Anaphylactic Shock: Progression from Bad to Worse

  1. Definition:
    • Anaphylaxis: Severe, life-threatening systemic hypersensitivity reaction.
  2. Mechanism:
    • Triggered by an allergen (e.g., peanuts) in sensitized individuals.
    • Allergen exposure leads to massive histamine release from mast cells with pre-existing IgE.
  3. Pathophysiology:
    • Systemic vasodilation and increased capillary permeability.
    • Results in hypotension (low blood pressure) and poor blood flow.
    • Brain is sensitive to low oxygen, leading to symptoms like fainting, confusion, irritability.
  4. Symptoms:
    • Gastrointestinal: Nausea, vomiting, diarrhea.
    • Neurological: Weakness, anxiety, dizziness, confusion, fainting.

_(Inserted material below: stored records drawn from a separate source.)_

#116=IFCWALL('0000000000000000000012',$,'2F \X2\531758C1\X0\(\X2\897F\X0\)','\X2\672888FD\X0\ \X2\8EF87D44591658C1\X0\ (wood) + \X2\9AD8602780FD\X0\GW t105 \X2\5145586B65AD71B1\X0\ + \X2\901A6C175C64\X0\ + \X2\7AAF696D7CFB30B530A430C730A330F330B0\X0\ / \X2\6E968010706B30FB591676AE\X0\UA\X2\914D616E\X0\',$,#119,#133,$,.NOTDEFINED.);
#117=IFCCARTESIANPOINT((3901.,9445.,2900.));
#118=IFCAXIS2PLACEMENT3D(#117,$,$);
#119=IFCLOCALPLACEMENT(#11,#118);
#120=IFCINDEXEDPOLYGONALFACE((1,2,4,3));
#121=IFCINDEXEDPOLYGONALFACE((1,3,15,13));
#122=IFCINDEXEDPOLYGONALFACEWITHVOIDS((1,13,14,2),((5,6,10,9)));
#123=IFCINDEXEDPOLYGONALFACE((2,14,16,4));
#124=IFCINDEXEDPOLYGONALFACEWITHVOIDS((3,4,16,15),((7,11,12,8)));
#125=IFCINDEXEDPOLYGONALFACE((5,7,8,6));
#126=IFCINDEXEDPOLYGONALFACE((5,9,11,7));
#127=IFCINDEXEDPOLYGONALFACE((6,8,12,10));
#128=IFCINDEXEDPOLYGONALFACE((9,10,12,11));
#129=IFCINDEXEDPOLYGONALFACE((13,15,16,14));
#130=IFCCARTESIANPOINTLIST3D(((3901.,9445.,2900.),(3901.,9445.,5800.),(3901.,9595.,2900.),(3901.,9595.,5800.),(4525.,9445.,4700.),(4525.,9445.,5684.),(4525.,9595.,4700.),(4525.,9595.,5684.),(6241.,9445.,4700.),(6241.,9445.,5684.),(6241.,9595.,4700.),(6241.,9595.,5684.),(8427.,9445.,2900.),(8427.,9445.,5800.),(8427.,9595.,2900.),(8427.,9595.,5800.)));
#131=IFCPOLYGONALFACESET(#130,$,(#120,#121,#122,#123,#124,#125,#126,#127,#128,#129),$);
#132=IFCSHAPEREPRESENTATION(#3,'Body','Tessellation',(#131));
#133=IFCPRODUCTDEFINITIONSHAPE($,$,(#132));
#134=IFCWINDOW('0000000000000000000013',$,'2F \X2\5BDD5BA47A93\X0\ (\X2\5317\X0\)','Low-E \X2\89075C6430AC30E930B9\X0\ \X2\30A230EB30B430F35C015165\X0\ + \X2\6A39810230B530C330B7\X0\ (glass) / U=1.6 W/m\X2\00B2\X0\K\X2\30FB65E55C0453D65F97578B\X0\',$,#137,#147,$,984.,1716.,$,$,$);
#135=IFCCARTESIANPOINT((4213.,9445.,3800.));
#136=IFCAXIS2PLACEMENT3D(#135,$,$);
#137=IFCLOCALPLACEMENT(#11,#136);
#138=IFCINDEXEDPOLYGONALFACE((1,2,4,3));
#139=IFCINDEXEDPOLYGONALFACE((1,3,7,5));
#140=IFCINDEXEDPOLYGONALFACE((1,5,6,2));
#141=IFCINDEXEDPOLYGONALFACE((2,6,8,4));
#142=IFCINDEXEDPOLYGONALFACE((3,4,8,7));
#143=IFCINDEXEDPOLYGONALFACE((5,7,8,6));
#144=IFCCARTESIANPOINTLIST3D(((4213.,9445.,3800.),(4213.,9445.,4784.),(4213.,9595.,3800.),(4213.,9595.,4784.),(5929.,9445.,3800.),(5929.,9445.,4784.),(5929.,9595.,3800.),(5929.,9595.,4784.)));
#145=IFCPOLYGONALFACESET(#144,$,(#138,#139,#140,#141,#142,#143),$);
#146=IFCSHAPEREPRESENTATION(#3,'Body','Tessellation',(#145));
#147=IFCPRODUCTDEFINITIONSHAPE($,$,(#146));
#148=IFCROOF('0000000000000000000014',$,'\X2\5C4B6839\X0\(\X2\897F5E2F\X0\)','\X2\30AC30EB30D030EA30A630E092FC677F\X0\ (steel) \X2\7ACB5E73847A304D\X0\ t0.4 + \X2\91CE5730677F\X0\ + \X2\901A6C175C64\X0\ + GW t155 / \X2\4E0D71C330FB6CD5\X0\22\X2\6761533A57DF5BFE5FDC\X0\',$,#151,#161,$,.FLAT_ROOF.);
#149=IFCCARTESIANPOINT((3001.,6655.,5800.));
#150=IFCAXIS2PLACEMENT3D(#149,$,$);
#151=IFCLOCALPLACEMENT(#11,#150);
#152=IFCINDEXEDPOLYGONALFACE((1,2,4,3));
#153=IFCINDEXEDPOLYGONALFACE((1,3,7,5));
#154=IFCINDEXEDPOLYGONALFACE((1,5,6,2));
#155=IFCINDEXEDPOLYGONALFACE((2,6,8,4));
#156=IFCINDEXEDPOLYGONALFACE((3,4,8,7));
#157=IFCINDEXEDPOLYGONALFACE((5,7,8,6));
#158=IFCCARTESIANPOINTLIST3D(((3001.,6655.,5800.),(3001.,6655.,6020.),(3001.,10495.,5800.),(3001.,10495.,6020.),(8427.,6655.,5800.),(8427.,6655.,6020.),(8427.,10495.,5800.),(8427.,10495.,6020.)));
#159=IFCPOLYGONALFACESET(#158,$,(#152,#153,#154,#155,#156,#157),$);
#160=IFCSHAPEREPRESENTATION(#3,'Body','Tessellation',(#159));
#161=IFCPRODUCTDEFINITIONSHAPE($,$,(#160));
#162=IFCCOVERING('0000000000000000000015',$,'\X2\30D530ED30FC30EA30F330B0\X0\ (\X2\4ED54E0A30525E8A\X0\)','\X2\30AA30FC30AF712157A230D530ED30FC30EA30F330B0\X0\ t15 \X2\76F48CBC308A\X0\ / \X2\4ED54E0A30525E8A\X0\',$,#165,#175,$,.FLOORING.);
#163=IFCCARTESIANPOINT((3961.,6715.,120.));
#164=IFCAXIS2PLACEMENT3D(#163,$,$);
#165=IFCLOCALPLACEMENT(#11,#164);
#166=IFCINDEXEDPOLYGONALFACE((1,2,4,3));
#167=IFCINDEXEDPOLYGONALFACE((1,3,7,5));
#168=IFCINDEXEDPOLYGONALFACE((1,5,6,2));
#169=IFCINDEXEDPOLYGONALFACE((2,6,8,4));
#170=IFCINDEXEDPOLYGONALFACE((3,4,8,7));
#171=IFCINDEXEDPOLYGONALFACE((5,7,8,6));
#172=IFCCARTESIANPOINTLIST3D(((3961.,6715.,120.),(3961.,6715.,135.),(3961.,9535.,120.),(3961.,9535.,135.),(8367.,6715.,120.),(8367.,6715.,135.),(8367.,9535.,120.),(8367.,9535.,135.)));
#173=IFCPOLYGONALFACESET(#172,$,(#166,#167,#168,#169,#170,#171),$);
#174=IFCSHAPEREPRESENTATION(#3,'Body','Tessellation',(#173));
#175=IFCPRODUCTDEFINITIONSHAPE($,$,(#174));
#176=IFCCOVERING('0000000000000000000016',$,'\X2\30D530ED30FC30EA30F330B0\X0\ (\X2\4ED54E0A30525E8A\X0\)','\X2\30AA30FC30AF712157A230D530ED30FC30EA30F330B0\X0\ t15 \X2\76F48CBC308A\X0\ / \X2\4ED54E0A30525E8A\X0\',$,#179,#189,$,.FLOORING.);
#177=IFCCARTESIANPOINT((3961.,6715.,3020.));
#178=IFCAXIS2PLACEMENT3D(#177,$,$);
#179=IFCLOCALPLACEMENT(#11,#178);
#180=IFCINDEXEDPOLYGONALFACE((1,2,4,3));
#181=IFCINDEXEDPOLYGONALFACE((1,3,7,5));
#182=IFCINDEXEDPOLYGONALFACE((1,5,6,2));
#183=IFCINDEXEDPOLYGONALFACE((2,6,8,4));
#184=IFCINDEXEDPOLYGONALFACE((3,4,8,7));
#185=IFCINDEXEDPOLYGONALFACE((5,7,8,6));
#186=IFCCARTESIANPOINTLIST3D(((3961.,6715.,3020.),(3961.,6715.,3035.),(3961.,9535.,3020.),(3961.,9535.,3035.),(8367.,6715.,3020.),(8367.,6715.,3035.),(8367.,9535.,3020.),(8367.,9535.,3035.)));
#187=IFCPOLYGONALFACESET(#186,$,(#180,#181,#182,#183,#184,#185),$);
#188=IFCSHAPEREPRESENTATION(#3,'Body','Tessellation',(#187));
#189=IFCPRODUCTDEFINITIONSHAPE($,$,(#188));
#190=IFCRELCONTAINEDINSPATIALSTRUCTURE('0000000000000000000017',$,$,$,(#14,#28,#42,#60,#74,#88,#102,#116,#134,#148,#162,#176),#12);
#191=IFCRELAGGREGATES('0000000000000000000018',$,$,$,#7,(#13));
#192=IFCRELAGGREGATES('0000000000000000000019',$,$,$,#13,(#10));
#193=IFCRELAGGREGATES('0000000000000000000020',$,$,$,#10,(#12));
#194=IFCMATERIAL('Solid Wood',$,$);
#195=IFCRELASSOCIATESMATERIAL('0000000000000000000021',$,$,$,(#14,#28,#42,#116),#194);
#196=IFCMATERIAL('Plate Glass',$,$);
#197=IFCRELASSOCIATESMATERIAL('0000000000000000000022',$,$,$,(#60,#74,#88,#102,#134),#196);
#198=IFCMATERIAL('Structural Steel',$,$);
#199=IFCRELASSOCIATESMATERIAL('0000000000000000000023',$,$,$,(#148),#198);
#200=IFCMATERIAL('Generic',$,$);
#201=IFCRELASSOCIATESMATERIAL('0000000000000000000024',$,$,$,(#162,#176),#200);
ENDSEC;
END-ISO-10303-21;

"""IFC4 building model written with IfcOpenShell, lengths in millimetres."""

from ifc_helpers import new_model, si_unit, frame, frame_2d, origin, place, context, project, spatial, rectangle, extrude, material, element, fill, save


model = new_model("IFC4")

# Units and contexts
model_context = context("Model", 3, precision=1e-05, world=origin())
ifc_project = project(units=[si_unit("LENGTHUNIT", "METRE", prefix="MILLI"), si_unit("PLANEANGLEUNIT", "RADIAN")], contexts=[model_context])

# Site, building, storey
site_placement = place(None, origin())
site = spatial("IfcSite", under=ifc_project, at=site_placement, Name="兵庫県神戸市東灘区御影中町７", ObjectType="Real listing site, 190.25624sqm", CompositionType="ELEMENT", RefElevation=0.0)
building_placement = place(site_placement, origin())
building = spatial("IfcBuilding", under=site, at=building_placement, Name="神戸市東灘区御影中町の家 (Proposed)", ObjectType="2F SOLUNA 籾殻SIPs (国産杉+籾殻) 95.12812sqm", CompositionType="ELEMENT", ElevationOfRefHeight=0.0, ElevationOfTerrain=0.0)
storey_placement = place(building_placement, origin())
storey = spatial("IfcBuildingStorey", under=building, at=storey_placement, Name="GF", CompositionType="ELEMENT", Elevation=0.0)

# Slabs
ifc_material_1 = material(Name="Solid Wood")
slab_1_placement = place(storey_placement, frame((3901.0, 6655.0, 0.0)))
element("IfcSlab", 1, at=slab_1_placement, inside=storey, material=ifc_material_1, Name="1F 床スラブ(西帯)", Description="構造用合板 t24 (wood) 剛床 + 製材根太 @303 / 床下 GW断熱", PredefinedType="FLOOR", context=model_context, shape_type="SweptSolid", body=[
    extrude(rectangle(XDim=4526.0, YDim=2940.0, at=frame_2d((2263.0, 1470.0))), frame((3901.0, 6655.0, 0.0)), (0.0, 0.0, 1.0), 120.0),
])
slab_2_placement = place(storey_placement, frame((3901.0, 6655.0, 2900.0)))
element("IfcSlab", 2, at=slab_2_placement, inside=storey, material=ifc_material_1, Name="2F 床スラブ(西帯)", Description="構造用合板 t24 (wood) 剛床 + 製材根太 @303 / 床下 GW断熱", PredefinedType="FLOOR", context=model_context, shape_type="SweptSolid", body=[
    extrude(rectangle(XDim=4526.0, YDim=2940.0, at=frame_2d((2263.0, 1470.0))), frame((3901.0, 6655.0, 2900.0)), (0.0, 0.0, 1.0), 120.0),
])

    • Skin: Itching, hives, contact dermatitis (in localized reactions).
    • Respiratory: Bronchoconstriction, mucus production, dyspnea (shortness of breath), coughing.

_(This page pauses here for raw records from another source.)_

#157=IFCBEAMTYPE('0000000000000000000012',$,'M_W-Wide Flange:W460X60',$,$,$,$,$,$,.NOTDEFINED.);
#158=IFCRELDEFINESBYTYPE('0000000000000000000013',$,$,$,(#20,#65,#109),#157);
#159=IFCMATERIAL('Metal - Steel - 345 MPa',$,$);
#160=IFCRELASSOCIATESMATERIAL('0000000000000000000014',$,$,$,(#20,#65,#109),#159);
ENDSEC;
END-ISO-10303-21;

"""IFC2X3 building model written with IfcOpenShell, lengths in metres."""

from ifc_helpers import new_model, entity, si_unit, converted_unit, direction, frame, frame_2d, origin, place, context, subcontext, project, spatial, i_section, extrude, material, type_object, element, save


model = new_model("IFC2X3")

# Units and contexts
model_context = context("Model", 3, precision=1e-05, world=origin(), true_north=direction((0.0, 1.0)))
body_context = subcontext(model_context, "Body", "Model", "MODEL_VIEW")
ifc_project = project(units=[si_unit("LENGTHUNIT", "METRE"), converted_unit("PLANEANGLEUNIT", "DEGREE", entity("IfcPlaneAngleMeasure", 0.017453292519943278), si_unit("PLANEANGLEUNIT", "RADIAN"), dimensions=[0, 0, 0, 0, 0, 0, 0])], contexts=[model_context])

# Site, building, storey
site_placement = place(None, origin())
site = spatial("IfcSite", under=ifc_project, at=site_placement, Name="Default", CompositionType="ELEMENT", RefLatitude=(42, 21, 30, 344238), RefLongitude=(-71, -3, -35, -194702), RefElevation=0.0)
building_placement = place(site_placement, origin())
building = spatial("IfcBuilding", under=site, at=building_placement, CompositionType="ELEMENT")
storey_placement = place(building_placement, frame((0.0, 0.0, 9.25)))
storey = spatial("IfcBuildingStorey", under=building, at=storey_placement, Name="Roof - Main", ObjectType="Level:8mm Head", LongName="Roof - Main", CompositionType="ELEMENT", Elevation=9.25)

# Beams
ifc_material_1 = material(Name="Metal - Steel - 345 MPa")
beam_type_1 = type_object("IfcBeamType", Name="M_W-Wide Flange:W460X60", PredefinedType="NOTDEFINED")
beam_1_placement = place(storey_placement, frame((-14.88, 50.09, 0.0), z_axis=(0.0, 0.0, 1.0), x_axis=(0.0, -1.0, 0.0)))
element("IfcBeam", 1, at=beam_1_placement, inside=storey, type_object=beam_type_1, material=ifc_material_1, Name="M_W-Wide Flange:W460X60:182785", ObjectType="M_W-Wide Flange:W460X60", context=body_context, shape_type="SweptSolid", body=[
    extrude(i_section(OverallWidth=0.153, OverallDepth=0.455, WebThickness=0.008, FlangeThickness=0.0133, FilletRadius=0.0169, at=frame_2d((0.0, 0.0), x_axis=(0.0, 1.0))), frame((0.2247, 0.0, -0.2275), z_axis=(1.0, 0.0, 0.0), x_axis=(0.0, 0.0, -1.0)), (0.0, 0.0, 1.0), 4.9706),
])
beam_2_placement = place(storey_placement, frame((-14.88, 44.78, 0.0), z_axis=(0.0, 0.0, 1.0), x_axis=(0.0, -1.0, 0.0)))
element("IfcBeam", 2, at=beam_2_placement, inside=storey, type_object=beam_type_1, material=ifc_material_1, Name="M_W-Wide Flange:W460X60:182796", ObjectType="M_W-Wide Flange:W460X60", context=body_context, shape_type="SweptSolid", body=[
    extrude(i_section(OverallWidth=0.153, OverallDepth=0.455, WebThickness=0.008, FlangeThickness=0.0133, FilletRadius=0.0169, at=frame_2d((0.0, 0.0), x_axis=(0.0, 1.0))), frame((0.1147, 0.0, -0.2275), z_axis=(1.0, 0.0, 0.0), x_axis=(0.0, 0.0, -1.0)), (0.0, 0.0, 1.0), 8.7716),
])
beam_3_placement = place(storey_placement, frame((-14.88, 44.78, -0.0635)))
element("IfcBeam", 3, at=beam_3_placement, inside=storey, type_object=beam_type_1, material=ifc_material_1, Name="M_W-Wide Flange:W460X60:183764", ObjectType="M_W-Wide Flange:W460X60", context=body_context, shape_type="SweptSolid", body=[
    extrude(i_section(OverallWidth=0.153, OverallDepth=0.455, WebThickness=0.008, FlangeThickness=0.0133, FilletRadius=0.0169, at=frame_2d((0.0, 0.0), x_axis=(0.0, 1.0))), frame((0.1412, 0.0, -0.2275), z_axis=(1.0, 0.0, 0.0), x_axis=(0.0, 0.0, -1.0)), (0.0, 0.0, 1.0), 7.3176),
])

    • Cardiovascular: Weak, rapid pulse due to vasodilation and low blood pressure.
  5. Complications:
    • Hypoxia: Poor gas exchange due to bronchiole constriction and mucus.

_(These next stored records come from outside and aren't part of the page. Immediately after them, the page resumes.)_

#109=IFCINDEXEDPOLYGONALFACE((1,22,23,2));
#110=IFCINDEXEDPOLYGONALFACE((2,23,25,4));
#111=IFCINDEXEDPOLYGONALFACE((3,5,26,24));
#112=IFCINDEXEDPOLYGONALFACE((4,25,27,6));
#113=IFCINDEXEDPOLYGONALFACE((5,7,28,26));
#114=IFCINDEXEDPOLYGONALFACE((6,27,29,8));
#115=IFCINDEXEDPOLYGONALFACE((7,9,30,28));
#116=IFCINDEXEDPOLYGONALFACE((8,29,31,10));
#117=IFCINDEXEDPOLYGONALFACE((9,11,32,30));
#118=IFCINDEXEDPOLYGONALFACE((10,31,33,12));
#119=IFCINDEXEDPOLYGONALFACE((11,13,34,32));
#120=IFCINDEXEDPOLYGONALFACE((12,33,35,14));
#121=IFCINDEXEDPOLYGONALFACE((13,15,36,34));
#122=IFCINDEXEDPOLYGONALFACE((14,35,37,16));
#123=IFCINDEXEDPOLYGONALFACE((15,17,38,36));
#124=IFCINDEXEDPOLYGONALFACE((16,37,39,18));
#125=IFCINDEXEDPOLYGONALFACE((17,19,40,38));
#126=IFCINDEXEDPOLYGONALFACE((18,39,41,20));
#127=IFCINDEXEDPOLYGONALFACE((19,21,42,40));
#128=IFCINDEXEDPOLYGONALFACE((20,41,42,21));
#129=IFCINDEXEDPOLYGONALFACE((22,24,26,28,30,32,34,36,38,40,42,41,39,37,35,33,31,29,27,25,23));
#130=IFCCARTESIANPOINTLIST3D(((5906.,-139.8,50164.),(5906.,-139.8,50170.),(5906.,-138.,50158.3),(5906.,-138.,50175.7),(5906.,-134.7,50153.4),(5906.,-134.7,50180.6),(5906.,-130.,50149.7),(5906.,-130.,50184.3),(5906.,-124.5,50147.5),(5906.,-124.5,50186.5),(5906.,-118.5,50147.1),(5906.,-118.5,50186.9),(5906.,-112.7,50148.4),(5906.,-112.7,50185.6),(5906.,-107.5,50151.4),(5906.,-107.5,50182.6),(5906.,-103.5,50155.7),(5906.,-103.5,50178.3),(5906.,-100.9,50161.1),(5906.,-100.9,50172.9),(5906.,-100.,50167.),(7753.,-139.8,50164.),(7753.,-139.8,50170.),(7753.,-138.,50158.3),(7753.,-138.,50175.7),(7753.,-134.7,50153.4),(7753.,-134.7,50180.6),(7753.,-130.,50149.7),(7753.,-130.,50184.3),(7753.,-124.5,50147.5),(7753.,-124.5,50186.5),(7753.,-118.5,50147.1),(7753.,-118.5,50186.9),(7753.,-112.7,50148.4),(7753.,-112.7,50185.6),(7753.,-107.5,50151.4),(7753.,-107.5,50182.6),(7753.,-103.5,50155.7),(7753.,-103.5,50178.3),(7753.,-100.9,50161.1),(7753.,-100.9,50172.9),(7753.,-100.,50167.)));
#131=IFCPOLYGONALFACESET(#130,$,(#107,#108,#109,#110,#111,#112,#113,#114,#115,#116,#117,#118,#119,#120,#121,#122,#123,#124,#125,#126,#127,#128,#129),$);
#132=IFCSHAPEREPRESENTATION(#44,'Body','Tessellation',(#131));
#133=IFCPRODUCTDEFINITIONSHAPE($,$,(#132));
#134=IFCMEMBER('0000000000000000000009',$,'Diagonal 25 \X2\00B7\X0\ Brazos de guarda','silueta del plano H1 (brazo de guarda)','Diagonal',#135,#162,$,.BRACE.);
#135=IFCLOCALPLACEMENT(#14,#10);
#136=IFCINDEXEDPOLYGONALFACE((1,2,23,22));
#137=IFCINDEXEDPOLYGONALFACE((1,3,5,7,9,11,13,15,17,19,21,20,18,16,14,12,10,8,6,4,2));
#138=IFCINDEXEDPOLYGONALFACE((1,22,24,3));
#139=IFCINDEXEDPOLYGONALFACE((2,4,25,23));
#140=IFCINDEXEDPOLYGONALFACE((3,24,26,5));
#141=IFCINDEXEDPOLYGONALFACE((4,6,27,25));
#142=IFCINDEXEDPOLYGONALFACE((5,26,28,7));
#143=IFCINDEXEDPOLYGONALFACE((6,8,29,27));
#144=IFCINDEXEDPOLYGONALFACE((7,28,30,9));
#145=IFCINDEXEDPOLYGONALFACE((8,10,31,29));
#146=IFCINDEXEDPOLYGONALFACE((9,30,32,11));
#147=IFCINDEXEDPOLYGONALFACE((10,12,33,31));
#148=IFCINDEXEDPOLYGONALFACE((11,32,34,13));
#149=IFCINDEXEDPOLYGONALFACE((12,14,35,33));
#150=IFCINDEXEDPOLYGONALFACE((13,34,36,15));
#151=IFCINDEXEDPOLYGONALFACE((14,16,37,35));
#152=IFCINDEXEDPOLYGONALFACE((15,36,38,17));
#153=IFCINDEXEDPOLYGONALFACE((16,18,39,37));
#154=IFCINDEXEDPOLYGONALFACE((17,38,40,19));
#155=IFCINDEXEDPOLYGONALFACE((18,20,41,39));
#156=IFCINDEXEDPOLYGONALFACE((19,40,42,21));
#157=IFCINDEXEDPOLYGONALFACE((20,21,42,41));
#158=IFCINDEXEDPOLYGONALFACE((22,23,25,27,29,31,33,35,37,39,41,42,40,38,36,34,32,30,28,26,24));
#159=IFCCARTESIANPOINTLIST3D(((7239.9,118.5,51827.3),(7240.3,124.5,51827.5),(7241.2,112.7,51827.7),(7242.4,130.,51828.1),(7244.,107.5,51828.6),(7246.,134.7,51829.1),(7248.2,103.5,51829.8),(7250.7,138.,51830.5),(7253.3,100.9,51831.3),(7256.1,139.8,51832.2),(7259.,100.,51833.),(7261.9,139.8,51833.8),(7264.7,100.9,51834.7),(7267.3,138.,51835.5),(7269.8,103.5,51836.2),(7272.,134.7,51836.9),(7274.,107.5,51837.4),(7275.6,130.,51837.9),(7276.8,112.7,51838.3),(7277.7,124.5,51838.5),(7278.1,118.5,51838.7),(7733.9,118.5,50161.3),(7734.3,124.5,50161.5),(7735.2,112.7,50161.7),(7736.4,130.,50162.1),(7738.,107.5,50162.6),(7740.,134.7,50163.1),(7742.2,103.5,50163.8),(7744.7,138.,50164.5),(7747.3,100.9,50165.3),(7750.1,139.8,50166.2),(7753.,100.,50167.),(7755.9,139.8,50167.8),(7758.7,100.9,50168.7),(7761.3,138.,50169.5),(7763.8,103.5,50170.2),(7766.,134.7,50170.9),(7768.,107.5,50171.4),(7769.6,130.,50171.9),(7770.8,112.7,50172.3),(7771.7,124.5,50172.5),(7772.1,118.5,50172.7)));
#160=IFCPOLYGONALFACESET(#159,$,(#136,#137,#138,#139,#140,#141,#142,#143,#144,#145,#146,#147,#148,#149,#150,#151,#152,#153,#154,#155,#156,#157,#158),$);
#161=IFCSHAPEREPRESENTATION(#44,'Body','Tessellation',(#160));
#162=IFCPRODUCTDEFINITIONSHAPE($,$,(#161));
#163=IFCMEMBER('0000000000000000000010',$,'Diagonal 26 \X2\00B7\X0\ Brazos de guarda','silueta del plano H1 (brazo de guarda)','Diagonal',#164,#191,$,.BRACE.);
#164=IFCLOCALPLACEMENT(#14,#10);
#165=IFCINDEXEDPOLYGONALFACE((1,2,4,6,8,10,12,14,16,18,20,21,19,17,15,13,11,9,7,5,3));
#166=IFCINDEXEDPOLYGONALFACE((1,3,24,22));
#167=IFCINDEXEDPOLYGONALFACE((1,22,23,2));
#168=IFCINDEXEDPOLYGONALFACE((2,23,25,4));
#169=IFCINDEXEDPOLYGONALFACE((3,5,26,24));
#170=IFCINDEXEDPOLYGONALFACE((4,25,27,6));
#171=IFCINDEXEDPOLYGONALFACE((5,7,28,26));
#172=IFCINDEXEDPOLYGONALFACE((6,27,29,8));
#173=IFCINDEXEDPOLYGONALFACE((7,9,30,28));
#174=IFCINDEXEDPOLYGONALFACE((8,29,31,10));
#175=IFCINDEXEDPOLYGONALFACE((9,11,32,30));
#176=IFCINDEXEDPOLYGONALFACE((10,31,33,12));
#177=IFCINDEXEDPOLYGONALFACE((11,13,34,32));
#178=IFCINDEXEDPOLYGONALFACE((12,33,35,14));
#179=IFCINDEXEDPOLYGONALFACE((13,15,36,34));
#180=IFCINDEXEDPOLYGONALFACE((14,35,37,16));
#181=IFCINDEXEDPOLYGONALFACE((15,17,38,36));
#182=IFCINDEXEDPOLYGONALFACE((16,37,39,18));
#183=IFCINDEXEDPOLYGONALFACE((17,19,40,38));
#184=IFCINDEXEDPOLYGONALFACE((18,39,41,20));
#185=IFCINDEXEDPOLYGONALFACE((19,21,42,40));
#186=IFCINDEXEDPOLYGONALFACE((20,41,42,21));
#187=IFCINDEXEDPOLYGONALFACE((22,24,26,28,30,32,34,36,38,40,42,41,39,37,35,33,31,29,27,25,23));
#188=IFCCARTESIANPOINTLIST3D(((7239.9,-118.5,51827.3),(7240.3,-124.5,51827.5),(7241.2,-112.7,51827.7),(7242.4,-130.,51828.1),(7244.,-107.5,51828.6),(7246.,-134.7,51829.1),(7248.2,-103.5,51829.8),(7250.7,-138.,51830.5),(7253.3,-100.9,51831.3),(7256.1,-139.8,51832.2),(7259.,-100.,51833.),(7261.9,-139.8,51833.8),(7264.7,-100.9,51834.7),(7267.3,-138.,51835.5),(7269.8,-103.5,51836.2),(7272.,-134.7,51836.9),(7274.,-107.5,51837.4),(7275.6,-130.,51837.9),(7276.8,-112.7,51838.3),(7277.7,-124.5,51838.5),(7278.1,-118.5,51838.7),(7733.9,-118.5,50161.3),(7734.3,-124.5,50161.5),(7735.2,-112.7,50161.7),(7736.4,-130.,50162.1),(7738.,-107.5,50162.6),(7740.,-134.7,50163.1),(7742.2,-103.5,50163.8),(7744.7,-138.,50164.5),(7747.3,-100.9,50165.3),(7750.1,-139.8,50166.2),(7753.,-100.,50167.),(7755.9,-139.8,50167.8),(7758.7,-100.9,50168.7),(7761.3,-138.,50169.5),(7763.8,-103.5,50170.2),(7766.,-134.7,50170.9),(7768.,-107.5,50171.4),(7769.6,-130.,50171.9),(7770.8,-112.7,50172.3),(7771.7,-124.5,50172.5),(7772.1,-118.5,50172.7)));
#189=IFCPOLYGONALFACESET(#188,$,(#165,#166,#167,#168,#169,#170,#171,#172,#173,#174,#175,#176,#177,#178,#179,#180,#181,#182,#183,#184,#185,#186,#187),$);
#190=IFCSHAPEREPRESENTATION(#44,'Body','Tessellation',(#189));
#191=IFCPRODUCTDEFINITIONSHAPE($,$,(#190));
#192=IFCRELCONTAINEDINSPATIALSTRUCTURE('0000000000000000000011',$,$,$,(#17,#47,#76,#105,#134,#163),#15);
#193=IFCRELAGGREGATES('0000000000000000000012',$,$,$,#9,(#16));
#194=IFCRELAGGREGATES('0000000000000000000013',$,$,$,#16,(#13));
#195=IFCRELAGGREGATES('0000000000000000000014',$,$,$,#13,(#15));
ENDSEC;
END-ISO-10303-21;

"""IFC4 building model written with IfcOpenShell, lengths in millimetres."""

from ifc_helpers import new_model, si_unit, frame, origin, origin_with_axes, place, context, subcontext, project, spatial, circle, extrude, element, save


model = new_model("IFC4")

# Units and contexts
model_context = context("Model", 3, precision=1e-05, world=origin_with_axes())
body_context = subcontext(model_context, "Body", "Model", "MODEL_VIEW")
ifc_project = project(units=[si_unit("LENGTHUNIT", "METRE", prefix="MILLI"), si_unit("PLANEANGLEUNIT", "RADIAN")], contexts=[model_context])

    • Acidosis: Increased lactic acid production due to anaerobic respiration.
    • Potentially fatal if untreated.
  6. Common Allergens:
    • Latex, insect stings, nuts, shellfish, penicillin, various drugs.
  7. Immediate Treatment:
    • Epinephrine (EpiPen): Causes bronchodilation and vasoconstriction to counteract histamine effects.
    • Emergency response: Call 911, administer CPR if necessary.
    • Positioning: Ensure the person is positioned for optimal breathing.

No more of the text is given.